How to complete this task>
Only one stretch of the data below is wanted: the lines from the one with "20:3423077',$,'RAILING 28:RAILING 20',#120,#147,$,.NOTDEFINED.);" through the one with "#137=IFCINDEXEDPOLYGONALFACE((15,17,38,36));", repeated exactly.

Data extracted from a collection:

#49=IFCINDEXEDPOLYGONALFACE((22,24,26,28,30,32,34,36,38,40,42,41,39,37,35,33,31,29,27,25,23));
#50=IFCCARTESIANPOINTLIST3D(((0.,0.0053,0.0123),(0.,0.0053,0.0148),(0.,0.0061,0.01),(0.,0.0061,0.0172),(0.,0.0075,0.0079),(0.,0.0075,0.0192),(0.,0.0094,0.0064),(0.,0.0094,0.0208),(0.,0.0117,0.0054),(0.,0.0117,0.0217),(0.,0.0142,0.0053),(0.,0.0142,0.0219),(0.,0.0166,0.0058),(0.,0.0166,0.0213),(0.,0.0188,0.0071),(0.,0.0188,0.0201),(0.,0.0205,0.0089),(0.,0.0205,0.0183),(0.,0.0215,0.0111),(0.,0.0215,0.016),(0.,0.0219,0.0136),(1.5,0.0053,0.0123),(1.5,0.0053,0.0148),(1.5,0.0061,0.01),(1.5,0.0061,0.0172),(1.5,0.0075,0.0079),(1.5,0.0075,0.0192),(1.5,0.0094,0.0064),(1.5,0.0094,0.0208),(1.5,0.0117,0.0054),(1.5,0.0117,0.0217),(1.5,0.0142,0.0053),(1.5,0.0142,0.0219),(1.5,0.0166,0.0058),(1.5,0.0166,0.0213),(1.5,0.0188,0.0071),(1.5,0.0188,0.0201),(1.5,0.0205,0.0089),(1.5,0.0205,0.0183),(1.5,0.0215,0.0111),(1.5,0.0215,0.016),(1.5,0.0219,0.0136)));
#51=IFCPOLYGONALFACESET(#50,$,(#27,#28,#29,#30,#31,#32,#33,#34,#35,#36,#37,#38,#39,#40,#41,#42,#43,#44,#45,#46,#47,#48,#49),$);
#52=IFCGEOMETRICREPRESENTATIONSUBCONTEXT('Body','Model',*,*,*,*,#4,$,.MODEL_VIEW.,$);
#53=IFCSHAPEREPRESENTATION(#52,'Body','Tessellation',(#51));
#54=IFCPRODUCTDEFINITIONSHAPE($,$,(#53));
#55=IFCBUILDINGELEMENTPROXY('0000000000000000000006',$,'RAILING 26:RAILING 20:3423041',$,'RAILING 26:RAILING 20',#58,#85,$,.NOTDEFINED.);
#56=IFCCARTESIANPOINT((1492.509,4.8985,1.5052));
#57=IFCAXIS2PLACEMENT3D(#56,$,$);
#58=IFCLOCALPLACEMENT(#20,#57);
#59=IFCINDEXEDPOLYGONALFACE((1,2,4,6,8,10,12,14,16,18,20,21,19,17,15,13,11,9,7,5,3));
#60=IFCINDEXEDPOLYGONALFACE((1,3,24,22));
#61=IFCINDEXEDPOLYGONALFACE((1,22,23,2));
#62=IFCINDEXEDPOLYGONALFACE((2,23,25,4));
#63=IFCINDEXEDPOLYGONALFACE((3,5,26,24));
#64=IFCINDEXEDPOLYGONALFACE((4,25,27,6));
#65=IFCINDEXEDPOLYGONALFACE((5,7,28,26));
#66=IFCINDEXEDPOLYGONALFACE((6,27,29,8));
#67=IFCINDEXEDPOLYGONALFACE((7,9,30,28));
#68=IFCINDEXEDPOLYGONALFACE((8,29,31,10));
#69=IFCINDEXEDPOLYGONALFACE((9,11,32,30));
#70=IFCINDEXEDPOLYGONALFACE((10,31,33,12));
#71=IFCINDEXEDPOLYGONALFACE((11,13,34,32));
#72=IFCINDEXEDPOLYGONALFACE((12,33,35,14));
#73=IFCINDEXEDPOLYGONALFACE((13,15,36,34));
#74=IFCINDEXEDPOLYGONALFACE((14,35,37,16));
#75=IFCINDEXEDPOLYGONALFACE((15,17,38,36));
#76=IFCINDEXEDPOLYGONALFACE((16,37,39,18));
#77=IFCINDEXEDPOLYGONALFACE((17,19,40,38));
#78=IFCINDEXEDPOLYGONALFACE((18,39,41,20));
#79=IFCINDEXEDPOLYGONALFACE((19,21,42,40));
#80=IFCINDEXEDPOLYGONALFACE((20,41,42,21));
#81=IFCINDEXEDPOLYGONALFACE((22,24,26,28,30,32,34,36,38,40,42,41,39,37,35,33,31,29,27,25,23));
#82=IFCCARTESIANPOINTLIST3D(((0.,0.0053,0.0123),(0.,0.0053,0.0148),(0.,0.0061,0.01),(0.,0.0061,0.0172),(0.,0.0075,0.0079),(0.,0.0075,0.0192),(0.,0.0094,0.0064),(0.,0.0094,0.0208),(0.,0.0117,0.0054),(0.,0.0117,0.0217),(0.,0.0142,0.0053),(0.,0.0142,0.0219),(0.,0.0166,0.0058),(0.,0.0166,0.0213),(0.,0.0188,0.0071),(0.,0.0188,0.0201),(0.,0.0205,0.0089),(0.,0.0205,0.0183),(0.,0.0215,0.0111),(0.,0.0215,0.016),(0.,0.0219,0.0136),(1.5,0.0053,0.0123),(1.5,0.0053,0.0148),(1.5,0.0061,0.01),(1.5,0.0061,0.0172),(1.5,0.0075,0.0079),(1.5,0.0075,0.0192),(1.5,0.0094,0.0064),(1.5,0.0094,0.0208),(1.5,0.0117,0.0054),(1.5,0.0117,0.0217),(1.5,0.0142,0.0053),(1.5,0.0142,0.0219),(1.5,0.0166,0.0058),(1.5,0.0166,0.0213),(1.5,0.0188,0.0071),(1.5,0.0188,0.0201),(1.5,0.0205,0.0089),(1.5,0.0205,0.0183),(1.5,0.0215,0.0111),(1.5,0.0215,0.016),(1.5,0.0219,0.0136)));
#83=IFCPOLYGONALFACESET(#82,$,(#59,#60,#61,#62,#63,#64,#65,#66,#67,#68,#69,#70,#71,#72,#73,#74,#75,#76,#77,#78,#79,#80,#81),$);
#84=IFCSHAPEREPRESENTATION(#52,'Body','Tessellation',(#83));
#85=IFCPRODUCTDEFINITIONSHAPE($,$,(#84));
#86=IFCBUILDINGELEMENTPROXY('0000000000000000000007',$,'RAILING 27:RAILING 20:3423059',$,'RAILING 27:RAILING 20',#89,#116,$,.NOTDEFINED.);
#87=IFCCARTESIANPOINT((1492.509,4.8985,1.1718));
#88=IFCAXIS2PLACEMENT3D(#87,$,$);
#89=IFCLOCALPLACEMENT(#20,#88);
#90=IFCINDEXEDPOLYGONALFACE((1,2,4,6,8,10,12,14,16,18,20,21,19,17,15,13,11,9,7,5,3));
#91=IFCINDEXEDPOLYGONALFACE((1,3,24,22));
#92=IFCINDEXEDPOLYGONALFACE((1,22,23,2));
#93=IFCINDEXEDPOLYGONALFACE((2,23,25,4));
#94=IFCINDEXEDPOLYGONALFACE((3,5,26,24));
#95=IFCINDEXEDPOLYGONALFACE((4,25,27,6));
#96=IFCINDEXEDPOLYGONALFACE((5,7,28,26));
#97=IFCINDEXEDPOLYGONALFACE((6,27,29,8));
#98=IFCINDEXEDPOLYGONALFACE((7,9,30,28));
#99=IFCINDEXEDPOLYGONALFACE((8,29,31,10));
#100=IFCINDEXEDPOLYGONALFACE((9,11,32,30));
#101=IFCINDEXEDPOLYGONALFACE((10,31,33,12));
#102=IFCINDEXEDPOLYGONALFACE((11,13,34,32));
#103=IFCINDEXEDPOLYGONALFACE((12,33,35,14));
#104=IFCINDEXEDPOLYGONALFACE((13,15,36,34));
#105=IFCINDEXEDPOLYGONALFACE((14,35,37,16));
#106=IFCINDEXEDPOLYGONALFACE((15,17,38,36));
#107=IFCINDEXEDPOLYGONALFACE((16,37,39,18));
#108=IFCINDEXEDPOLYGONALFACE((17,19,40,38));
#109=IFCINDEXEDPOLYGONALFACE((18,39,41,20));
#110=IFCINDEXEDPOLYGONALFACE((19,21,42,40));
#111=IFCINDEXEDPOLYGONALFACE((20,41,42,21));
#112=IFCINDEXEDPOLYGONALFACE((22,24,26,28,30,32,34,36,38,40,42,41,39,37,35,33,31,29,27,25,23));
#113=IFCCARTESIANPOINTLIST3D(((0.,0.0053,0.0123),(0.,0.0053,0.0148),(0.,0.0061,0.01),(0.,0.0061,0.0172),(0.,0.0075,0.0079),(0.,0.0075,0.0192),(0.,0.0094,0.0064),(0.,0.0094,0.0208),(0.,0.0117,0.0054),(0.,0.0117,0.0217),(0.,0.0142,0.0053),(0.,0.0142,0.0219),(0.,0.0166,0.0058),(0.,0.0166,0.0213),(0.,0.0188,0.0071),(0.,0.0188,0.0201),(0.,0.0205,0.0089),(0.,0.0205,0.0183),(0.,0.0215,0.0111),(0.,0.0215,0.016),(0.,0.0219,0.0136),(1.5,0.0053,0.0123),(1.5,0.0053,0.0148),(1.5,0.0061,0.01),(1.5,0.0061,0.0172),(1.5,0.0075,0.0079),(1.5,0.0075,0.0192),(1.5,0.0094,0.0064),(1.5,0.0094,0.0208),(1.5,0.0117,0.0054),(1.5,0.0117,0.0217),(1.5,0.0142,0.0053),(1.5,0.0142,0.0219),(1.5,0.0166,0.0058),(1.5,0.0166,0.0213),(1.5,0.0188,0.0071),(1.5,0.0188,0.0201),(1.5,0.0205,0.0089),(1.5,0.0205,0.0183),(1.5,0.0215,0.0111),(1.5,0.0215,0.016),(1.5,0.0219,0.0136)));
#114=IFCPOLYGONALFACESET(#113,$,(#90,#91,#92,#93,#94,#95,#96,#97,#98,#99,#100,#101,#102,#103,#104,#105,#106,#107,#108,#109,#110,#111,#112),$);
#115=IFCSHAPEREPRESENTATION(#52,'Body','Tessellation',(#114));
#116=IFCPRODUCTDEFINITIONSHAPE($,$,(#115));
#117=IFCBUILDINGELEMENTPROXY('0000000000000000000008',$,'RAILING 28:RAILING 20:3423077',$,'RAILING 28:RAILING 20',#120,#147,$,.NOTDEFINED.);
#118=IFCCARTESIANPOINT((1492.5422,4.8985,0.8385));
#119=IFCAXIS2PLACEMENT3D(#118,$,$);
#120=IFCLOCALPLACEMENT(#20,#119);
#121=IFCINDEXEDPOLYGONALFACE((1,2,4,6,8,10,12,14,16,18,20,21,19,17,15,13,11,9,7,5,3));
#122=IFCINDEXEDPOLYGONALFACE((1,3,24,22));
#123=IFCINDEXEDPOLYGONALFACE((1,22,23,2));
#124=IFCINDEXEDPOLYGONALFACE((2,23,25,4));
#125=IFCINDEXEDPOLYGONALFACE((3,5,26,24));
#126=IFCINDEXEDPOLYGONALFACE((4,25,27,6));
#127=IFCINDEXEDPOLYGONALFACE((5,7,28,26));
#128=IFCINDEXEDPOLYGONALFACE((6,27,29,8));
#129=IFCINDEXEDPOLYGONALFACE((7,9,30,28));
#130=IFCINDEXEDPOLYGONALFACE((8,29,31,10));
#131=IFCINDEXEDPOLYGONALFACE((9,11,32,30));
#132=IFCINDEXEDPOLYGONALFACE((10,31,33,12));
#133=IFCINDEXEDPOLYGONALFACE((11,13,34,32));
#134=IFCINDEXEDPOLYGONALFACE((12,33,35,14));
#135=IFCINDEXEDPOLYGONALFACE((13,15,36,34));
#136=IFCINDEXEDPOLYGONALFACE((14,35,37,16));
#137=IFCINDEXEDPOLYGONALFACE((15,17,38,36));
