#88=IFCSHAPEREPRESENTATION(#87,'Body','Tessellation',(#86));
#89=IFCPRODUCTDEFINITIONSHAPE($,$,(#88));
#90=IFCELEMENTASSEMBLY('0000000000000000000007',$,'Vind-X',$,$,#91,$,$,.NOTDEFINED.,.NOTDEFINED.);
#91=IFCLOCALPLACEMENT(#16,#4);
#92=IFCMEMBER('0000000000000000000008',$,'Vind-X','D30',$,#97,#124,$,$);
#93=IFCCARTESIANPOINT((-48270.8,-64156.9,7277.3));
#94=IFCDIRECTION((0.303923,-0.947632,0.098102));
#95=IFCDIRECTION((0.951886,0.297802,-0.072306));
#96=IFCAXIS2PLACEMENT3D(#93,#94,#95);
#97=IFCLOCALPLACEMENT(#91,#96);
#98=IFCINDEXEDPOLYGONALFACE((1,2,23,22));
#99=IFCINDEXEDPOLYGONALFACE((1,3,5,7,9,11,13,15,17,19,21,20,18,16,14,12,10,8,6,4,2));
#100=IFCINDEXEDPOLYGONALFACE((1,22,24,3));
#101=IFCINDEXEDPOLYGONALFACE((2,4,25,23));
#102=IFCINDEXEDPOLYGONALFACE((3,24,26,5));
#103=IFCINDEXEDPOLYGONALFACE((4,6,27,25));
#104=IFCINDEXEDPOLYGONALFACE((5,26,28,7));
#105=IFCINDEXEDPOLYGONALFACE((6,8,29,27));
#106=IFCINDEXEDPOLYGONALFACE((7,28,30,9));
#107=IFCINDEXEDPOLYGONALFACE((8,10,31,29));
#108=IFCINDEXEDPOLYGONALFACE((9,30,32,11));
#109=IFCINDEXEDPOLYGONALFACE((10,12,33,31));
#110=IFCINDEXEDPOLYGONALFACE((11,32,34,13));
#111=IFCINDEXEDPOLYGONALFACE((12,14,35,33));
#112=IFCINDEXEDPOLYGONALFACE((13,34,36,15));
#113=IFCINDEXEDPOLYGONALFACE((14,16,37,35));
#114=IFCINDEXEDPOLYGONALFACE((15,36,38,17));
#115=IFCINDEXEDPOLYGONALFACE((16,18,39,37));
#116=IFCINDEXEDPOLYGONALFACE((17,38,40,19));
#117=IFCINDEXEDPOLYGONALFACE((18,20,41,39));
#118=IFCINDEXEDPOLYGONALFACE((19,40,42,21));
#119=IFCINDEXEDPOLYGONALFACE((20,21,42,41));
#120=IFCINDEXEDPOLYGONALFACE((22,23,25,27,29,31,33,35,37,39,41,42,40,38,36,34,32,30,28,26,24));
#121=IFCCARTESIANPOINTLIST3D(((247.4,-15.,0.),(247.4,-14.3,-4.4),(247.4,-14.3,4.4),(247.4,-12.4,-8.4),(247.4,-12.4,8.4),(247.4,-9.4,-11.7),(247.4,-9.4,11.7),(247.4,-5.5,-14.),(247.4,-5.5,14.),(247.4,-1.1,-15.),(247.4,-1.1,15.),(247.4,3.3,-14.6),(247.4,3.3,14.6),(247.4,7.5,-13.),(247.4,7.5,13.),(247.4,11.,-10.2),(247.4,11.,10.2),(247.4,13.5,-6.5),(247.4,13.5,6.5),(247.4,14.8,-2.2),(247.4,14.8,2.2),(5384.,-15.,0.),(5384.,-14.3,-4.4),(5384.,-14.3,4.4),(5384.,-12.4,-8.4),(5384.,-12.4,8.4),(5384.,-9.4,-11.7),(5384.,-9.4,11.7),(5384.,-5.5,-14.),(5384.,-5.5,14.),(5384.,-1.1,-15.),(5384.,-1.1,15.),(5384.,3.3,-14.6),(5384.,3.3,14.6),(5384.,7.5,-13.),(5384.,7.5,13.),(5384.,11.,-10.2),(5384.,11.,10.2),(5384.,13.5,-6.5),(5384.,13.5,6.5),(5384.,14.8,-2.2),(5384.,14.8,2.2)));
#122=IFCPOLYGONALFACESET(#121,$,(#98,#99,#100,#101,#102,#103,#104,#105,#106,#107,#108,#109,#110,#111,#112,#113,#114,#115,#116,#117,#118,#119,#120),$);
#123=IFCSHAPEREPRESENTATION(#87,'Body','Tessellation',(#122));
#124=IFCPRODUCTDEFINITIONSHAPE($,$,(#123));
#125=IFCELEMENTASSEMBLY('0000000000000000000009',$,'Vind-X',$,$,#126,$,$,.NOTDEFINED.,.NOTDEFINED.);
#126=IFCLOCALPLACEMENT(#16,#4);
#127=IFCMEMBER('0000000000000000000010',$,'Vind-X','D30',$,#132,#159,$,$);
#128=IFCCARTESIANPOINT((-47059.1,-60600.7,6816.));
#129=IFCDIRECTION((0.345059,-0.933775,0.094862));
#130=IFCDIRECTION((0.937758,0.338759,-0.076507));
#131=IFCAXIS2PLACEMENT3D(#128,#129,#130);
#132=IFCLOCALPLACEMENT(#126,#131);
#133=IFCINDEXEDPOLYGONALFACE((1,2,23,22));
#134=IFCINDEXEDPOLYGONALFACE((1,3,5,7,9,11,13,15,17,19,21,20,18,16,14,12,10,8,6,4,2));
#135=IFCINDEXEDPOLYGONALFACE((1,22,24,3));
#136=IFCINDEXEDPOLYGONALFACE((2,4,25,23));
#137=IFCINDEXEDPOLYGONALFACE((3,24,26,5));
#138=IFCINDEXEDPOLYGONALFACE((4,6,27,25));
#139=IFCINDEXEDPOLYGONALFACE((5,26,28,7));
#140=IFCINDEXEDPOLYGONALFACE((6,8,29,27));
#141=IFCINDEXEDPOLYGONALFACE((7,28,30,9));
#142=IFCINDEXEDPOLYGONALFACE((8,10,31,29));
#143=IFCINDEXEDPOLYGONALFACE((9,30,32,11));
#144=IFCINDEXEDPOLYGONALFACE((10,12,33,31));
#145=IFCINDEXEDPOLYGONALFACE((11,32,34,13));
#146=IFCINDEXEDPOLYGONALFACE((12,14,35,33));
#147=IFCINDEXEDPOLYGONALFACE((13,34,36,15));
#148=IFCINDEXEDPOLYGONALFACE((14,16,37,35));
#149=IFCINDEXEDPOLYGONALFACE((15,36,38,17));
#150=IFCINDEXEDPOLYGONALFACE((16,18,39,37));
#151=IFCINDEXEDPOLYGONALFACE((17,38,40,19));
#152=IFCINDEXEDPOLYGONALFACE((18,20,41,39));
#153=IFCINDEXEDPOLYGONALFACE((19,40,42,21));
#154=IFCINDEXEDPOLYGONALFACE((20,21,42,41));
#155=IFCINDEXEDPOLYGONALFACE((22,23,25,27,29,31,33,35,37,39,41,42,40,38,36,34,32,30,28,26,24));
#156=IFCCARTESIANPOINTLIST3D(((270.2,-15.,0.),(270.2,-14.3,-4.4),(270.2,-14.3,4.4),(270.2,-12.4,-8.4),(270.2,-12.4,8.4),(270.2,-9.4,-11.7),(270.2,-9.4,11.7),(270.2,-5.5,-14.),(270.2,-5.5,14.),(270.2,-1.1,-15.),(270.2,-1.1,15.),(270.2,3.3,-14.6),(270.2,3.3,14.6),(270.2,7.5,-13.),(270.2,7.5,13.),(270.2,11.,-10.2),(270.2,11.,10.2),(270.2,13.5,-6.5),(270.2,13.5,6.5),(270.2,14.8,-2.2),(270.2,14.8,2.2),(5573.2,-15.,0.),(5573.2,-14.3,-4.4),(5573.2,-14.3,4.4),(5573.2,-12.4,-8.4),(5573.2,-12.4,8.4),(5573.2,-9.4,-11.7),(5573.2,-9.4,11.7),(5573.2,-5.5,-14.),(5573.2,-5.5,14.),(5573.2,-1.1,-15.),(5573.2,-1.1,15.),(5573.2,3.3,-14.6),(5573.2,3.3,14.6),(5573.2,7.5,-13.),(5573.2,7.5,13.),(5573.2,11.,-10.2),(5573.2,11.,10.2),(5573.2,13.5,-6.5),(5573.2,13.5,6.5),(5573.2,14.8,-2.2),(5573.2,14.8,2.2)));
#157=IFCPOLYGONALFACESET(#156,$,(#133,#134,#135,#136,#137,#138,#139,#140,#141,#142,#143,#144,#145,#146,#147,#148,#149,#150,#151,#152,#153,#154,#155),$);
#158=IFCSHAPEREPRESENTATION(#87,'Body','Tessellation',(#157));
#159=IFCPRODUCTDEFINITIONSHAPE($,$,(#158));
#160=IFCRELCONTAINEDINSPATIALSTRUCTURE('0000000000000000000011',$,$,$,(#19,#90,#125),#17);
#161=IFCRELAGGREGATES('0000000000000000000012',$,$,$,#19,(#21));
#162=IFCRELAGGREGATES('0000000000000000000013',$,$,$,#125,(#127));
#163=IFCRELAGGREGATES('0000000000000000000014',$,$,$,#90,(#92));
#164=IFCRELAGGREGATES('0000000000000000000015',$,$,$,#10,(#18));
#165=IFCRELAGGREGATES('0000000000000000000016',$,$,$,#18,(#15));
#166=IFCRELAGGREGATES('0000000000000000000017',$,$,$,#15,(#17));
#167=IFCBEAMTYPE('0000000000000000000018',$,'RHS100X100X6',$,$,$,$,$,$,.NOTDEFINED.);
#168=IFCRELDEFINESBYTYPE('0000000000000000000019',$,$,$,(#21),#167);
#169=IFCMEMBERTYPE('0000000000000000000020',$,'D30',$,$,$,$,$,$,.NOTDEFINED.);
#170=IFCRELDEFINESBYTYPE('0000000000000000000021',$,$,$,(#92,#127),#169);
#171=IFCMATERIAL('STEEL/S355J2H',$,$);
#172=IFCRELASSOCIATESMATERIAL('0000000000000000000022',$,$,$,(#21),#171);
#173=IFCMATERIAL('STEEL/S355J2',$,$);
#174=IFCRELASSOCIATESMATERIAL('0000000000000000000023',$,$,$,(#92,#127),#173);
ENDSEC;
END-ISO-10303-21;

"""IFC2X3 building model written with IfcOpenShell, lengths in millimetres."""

Exercise output>
#117=IFCBUILDINGELEMENTPROXY('0000000000000000000008',$,'RAILING 28:RAILING 20:3423077',$,'RAILING 28:RAILING 20',#120,#147,$,.NOTDEFINED.);
#118=IFCCARTESIANPOINT((1492.5422,4.8985,0.8385));
#119=IFCAXIS2PLACEMENT3D(#118,$,$);
#120=IFCLOCALPLACEMENT(#20,#119);
#121=IFCINDEXEDPOLYGONALFACE((1,2,4,6,8,10,12,14,16,18,20,21,19,17,15,13,11,9,7,5,3));
#122=IFCINDEXEDPOLYGONALFACE((1,3,24,22));
#123=IFCINDEXEDPOLYGONALFACE((1,22,23,2));
#124=IFCINDEXEDPOLYGONALFACE((2,23,25,4));
#125=IFCINDEXEDPOLYGONALFACE((3,5,26,24));
#126=IFCINDEXEDPOLYGONALFACE((4,25,27,6));
#127=IFCINDEXEDPOLYGONALFACE((5,7,28,26));
#128=IFCINDEXEDPOLYGONALFACE((6,27,29,8));
#129=IFCINDEXEDPOLYGONALFACE((7,9,30,28));
#130=IFCINDEXEDPOLYGONALFACE((8,29,31,10));
#131=IFCINDEXEDPOLYGONALFACE((9,11,32,30));
#132=IFCINDEXEDPOLYGONALFACE((10,31,33,12));
#133=IFCINDEXEDPOLYGONALFACE((11,13,34,32));
#134=IFCINDEXEDPOLYGONALFACE((12,33,35,14));
#135=IFCINDEXEDPOLYGONALFACE((13,15,36,34));
#136=IFCINDEXEDPOLYGONALFACE((14,35,37,16));
#137=IFCINDEXEDPOLYGONALFACE((15,17,38,36));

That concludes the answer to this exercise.